I’m being a little selective in singling out those two polls when there are others out today that are more encouraging for him.
Okay, I’m being a lot selective.
But whatever. Manufacturing half-assed BS narratives is the stuff of which political media is made. Let’s go all-in on the “Uncle Joe is tanking” one.
Breaking Poll Dem National Primary:
Warren: 22%
Harris: 21%
Biden: 18%
Sanders: 17%
Buttigieg: 10%
O'Rourke: 2%
Yang: 2%
all others 1% or lesshttps://t.co/AGOS0Kn9GC) https://t.co/u6Wt3VTVZD…— Political Polls (@PpollingNumbers) July 3, 2019
That’s from Change Research, which had the race Biden 24, Sanders 22, Warren 22 a few days *before* the first debate. Which is … not what most other pollsters were seeing. Biden led by at least 10 in most pre-debate surveys and in many by upwards of 20.
But is it really that implausible that he’s taken a big enough hit from his poor performance last week that he’s dipped to third place? A different poll, this one of Iowa, sees the same decline:
NEW IOWA poll from @davidbinder , via @linkiowa pro-ethanol group, shows a wiiiide open caucus after the first debate:
WARREN: 20
HARRIS: 18
BIDEN: 17
SANDERS: 12
PETE: 10note: N = 600, which is as big as some of the Dem samples in public polling *national* samples.
— Jonathan Martin (@jmartNYT) July 3, 2019
You can almost feel the media pulsing with anticipation of writing a “Biden is the new Jeb” hot take.

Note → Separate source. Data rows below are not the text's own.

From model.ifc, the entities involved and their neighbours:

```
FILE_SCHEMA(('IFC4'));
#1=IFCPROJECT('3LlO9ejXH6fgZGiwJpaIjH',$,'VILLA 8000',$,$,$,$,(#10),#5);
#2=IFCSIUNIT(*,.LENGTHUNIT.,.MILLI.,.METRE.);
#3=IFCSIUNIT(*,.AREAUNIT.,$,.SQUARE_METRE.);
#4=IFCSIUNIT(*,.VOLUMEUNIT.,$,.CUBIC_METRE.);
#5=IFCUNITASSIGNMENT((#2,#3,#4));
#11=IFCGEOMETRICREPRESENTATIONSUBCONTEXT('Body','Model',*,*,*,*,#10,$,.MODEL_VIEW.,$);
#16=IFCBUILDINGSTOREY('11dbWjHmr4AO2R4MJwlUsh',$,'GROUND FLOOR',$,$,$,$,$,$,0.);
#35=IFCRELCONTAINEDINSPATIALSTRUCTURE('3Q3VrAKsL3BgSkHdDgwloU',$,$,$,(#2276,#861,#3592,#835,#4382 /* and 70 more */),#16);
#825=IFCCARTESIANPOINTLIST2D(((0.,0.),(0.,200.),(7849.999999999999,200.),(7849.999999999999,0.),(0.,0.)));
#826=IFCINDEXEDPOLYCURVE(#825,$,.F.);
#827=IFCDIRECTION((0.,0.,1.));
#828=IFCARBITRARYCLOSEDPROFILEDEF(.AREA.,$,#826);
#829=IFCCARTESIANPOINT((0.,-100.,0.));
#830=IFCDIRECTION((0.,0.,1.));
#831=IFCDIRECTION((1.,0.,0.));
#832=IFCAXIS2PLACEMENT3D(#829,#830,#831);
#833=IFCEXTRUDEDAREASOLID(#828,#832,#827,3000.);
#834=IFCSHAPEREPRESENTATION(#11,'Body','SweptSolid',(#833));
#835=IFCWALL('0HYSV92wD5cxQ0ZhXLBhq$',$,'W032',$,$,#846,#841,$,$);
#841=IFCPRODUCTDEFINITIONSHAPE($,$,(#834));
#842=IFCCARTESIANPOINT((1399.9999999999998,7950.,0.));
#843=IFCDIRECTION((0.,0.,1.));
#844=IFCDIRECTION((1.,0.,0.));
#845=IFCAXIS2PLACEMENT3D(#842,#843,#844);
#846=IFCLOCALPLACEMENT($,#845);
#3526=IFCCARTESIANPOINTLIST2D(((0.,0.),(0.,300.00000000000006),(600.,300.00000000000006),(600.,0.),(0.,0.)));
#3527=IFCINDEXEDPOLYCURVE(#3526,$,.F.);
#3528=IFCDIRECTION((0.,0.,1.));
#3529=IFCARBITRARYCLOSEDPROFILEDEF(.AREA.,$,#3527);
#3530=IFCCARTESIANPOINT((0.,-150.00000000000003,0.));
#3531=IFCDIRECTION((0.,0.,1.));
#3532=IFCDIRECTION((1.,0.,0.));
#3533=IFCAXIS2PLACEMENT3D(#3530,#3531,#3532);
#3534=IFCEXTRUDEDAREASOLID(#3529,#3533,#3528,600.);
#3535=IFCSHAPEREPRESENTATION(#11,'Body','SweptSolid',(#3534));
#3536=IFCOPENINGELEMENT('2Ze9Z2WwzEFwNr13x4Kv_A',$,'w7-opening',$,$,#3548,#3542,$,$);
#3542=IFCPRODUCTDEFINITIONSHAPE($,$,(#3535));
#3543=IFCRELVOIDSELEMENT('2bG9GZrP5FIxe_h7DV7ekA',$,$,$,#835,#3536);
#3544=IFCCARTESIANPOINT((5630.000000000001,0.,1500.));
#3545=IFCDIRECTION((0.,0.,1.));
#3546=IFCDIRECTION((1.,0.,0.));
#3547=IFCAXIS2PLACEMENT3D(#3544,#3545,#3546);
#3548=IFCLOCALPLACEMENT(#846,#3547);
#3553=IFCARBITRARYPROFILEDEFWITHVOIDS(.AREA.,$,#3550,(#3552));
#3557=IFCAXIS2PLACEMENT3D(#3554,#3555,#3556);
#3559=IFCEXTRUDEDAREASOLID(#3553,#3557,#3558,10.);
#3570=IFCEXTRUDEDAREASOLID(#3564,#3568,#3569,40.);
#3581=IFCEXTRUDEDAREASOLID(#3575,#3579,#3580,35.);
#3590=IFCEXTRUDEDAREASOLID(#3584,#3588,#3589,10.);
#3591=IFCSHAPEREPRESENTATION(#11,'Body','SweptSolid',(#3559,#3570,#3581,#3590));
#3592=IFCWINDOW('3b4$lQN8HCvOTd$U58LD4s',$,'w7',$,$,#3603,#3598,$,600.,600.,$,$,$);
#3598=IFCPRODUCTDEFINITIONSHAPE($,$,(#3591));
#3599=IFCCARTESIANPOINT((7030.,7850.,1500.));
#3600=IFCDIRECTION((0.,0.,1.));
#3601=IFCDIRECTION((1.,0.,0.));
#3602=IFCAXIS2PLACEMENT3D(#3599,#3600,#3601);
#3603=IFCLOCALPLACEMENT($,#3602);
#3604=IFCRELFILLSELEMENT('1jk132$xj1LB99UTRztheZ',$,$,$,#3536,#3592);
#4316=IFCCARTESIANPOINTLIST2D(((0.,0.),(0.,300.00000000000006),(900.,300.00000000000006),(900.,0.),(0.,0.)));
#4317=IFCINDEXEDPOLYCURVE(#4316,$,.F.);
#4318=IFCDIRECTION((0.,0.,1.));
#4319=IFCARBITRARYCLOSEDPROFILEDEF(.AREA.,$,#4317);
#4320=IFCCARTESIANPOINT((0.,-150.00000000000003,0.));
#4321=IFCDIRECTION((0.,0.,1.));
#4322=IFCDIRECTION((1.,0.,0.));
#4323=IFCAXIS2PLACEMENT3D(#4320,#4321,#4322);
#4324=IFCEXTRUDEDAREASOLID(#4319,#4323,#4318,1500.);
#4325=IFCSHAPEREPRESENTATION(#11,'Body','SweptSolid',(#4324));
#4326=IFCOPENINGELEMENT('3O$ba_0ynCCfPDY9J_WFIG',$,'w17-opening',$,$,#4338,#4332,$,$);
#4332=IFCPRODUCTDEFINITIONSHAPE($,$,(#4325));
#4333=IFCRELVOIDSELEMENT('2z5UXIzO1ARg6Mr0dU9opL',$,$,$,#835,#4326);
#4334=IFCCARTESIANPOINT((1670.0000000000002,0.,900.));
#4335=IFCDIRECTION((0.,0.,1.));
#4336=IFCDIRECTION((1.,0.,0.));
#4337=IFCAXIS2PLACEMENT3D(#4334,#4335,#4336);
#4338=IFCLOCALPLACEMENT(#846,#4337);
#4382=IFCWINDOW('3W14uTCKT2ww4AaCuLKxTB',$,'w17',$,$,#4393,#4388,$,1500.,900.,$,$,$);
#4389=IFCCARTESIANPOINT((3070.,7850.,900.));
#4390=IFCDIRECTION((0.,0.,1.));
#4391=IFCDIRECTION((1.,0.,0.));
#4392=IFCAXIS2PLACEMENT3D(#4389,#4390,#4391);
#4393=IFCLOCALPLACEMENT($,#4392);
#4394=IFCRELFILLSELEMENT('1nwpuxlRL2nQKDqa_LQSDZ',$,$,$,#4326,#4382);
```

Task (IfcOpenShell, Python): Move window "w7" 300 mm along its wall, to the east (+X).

```python
import ifcopenshell
import ifcopenshell.api.geometry
import ifcopenshell.util.placement

model = ifcopenshell.open("model.ifc")

window = model.by_guid("3b4$lQN8HCvOTd$U58LD4s")
opening = window.FillsVoids[0].RelatingOpeningElement
wall = opening.VoidsElements[0].RelatingBuildingElement

wall_matrix = ifcopenshell.util.placement.get_local_placement(wall.ObjectPlacement)
shift = wall_matrix[:3, 0] * 300.0
before = ifcopenshell.util.placement.get_local_placement(window.ObjectPlacement)[:3, 3].copy()

# The window is not placed relative to its opening, so move both.
for product in (opening, window):
    matrix = ifcopenshell.util.placement.get_local_placement(product.ObjectPlacement)
    matrix[:3, 3] += shift
    ifcopenshell.api.geometry.edit_object_placement(model, product=product, matrix=matrix, is_si=False)

after = ifcopenshell.util.placement.get_local_placement(window.ObjectPlacement)[:3, 3]
print("window moved by", (after - before).round(3) + 0.0)

model.write("model_v2.ifc")
```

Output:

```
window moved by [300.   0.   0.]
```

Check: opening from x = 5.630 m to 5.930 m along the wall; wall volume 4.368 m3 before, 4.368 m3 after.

CNN’s national poll a few days ago had him just five points ahead of Harris. Is it possible that the continued bad press from the debate this week has gradually pushed more Democrats from his camp to hers? Sure, why not? Although we should be careful about assuming that a voter whom Biden lost is a voter whom Harris has gained. FiveThirtyEight’s own pre- and post-debate polling shows that Harris was indeed the single largest beneficiary of Biden defectors after the debate, but all told roughly two-thirds of those defectors went to candidates other than her. That is, the takeaway from that debate for “soft” Biden supporters may have been less that Harris is great than that Joe has lost a step and it’s time to look elsewhere.
Anyway, that settles it: Biden is now a third-place candidate. Isn’t he? Not yet, says WaPo:
Uncle Joe’s hanging steady at around 30 percent? And … Bernie, who’s had a terrible round of polling lately, is suddenly up above 20 percent while Harris is still flagging at 11? That seems not so plausible either.
Maybe YouGov can solve this conundrum for us. This seems plausible: Biden 21, Warren 18, Harris 13, Sanders 10. It’s hard to believe one good debate vaulted Harris past Warren instantly, as the latter had been rising for months. But it seems perfectly believable that, between Harris’s big night and Warren having gradually supplanted Sanders as the progressive favorite, the top three are now Biden, Warren, and Harris in that order but crowded close enough together that the next debate will probably decide who the frontrunner is. Just too many soft Uncle Joe supporters out there clinging to him for reasons of basic familiarity to have much faith in him right now.
One more tidbit for you, from yet another poll released today: Reuters finds that Biden’s support among black voters has been cut in half, dropping from 40 percent or so before the debate to roughly 20 percent now. As Dave Weigel said yesterday, a single-digit lead among black voters isn’t nearly enough for that group to be a “firewall” for Biden against Harris. He needs landslide margins among black voters to hedge against the margins Harris will enjoy among younger voters. If the two remain at rough parity among black Democrats, he’s done.